Introduction
History SIMtrace was created out of necessity. Harald Welte wanted to see the communication between a GSM Mobile Station (or what we call a cellphone) and the SIM. He was not able to find an existing solution, or the existing ones had mayor drawbacks that made using them very time consuming and slow. The Atmel AT91SAM7 came to the rescue. This microcontroller has hardware support for the ISO7816 T0/T1 Smart Card specification. We can connect the external clock to the UART and are able to read bytes coming and going to the SIM. The next step in the project was taken by Kevin Redon that started to modify an existing AT91SAM7 design, started to use the Free Software KiCAD CAD Software. In 2011 the project went from having Schematics to having routed circuits, prototypes and the final product. The first production run was in August.

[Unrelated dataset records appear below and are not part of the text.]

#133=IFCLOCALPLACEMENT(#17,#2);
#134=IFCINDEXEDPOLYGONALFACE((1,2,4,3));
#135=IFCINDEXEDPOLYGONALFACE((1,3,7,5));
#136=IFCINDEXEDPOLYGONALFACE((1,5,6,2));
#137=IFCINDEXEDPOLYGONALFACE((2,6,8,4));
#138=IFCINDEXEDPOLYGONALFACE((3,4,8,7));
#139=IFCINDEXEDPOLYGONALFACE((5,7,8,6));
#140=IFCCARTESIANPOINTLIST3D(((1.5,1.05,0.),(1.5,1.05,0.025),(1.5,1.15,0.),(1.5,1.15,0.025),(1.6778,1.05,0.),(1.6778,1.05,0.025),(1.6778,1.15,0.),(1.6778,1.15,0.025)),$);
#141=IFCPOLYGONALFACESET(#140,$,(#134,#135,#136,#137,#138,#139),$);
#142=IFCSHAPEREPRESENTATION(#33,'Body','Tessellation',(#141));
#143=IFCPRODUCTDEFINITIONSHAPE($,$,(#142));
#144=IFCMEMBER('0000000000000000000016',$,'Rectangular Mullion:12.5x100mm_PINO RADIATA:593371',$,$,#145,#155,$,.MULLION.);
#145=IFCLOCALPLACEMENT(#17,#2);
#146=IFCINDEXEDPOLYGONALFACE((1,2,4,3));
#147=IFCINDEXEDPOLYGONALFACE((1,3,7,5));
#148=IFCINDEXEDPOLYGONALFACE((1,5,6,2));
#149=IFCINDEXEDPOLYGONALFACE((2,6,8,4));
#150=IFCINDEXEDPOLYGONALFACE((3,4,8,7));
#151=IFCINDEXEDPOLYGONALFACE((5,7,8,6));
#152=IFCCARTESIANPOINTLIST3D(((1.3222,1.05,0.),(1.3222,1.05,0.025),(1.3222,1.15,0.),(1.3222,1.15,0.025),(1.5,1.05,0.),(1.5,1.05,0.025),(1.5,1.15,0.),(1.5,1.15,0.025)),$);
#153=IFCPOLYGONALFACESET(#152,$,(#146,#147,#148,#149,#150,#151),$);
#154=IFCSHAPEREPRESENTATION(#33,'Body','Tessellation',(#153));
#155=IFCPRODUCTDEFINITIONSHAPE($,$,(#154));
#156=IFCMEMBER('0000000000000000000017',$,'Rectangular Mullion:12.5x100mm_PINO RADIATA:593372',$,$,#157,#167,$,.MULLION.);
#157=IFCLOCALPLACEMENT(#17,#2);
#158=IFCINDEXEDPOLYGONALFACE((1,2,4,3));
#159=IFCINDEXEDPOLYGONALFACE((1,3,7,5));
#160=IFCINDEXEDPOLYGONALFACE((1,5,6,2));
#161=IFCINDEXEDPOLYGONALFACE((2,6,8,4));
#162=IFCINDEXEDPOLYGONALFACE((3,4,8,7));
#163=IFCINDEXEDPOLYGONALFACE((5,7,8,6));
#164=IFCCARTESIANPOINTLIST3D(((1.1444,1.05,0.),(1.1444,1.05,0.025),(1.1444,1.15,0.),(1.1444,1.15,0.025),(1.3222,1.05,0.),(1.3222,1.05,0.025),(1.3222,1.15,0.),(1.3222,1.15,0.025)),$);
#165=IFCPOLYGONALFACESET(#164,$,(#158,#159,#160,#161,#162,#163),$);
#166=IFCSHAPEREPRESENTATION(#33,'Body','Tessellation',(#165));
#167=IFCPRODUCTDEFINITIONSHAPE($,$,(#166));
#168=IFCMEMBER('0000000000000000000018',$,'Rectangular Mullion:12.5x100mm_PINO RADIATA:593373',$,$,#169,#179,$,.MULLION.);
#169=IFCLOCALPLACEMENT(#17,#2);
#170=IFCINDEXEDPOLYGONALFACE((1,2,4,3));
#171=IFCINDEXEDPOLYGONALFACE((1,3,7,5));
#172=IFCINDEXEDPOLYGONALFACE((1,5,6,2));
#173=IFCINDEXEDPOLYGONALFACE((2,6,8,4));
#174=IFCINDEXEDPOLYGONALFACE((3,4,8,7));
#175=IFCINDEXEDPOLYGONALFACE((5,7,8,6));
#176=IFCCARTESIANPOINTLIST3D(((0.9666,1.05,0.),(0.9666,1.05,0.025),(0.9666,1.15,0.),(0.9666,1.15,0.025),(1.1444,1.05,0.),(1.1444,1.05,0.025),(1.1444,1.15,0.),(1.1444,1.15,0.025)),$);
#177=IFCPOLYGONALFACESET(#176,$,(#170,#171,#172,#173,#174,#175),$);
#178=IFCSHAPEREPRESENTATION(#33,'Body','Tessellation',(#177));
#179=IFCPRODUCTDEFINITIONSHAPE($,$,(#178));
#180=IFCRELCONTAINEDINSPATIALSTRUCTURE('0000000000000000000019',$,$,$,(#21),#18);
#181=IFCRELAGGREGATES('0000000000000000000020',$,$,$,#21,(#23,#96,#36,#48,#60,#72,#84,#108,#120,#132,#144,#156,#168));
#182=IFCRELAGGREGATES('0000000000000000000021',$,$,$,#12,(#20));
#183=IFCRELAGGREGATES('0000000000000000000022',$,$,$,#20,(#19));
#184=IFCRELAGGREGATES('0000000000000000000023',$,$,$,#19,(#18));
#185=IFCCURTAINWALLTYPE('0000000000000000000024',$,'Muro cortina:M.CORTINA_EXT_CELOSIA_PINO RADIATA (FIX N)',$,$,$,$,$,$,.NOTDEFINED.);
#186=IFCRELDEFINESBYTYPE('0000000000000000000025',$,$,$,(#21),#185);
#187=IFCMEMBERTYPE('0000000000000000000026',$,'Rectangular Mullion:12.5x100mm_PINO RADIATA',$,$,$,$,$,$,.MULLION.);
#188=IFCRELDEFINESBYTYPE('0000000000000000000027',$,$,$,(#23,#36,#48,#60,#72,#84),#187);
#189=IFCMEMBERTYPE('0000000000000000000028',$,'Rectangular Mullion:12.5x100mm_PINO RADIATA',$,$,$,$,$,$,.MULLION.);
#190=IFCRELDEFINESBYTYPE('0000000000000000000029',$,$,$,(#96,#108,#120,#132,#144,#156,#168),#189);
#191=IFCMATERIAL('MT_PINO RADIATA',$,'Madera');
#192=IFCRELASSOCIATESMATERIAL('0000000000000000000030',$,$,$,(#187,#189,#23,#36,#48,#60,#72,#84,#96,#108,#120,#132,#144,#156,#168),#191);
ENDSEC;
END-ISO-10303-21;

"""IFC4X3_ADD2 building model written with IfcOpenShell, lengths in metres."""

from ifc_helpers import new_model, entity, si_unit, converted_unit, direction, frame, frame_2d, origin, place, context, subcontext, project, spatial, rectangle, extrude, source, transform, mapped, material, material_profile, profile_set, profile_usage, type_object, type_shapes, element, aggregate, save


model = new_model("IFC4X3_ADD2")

Overview The setup of SIMtrace consists out of a Hardware and a Software part. The SIM card needs to be put into the SIMtrace Hardware, the flex cable needs to be connected to the SIMtrace Hardware and the SIM end needs to be placed in the SIM socket of the phone. The SIMtrace hardware can be seen as a USB device from the host, the SIMtrace software will try to find this device and claim it. The SIMtrace software will receive packets from the SIMtrace hardware and can forward them using the GSMTAP protocol to the IANA assigned GSMTAP port (4729). A modified version of Wireshark can be used to analyze the data.